Protógenes: “Isso é! Esse inquérito está sequinho. Eu já tenho como é que ele se materializa com análise de um HD ...(inaudível)... cotejado com dados obtidos em um ano e meio de interceptações telefônicas e de e-mail onde transitaram documentos. Então, além de outros crimes que dão fortemente a materialidade da gestão fraudulenta, tá? A estratégia foi justamente fazer três instrumentos para poder facilitar o trabalho. Aí conversei com o Fausto isso e ele achou boa idéia, ainda que lá na frente tudo [venha a] se unir, está um canal só para a Sexta Vara.
Protógenes: Eu marquei de fazer até sexta-feira.
Leandro: Você consegue fazer até sexta? Consegue relatar até sexta?
Troncon: Não, tem que ouvir o pessoal. Mas você consegue concluir até sexta? Se conseguir concluir até sexta, aí tudo bem.
Protógenes: Depende de eu falar com o advogado.

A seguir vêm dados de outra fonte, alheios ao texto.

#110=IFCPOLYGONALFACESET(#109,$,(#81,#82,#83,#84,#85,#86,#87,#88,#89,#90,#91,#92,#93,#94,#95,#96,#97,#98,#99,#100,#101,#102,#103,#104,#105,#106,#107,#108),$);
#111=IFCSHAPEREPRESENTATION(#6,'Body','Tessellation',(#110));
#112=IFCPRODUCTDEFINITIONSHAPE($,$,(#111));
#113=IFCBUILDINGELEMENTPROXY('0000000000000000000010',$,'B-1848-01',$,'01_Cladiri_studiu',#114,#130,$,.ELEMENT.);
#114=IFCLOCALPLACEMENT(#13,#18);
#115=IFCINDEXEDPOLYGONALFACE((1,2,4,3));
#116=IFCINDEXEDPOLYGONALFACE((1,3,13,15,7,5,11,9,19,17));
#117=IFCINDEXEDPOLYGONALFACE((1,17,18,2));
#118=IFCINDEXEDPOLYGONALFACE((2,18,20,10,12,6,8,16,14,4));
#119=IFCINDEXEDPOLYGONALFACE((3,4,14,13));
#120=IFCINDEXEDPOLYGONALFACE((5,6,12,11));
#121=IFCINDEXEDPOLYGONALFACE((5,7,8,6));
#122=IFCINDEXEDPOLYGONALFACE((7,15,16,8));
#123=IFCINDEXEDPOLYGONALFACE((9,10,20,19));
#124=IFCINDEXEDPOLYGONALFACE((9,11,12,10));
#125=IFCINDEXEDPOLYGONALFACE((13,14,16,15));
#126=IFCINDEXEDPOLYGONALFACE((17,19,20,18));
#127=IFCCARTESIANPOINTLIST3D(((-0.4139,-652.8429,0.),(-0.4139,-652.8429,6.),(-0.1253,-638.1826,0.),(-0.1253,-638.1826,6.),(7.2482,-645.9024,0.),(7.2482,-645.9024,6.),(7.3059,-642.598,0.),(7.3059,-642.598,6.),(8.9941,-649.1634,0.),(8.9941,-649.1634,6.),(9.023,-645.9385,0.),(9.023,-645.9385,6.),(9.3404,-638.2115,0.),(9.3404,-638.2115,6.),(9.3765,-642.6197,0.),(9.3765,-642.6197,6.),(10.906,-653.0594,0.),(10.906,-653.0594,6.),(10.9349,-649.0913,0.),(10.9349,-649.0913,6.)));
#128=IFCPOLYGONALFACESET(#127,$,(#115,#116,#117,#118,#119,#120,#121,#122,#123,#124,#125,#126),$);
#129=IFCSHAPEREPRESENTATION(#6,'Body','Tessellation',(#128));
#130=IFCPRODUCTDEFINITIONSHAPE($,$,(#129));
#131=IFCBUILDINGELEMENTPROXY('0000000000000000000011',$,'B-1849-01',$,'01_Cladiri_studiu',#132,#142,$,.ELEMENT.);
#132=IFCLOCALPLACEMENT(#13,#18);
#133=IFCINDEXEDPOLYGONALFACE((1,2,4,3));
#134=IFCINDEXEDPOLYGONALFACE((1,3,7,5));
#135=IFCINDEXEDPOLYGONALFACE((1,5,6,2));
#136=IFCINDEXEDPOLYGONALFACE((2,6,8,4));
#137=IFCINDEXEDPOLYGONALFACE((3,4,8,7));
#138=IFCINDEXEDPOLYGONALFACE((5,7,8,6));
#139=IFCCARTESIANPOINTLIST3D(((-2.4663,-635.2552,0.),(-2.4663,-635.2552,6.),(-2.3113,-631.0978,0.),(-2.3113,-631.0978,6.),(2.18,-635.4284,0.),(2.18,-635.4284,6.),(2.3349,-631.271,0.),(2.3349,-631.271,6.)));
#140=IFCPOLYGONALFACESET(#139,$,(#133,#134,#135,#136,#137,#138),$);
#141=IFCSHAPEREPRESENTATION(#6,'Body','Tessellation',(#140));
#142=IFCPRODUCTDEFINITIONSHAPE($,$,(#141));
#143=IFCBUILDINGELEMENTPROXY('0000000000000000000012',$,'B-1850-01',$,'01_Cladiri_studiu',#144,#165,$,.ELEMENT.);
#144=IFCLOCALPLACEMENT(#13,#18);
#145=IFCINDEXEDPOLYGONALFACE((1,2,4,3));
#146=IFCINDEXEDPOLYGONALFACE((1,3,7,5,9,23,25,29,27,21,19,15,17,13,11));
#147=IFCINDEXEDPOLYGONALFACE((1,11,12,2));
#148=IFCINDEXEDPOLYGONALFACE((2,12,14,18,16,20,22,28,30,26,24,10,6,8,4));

Só faltava o Humberto [Braz, ex-presidente da Brasil Telecom, preso na operação]. O Humberto se apresentou... Não vejo nenhum óbice, não.
Leandro: Então ele conclui até sexta e a gente fica para resolver os outros.
Troncon: Agora outra coisa que é importante deixar muito claro aqui: esses inquéritos são tombados na Delecin [Delegacia de Combate aos Crimes Financeiros da Superintendência de São Paulo]. O [Ricardo] Saadi está aqui porque está como chefe da Delecin, mas o superintendente está dizendo que ele vai permanecer. Independentemente de quem está aqui, quem não está, isso é o básico do que a gente tem que seguir. Eu fiz questão de falar, olha essa investigação tem que falar. Tudo o que o diretor tem falado é tudo o que eu acredito. Deixa eu concluir. O local do crime é aqui, pelo menos parte dele, o inquérito é tombado lá. Tem que ter um alinhamento, uma sinergia completa com a chefia da delegacia, com a Dercor [Delegacia Regional de Combate ao Crime Organizado], com o superintendente, com o Defin [Divisão de Combate aos Crimes Financeiros] e comigo.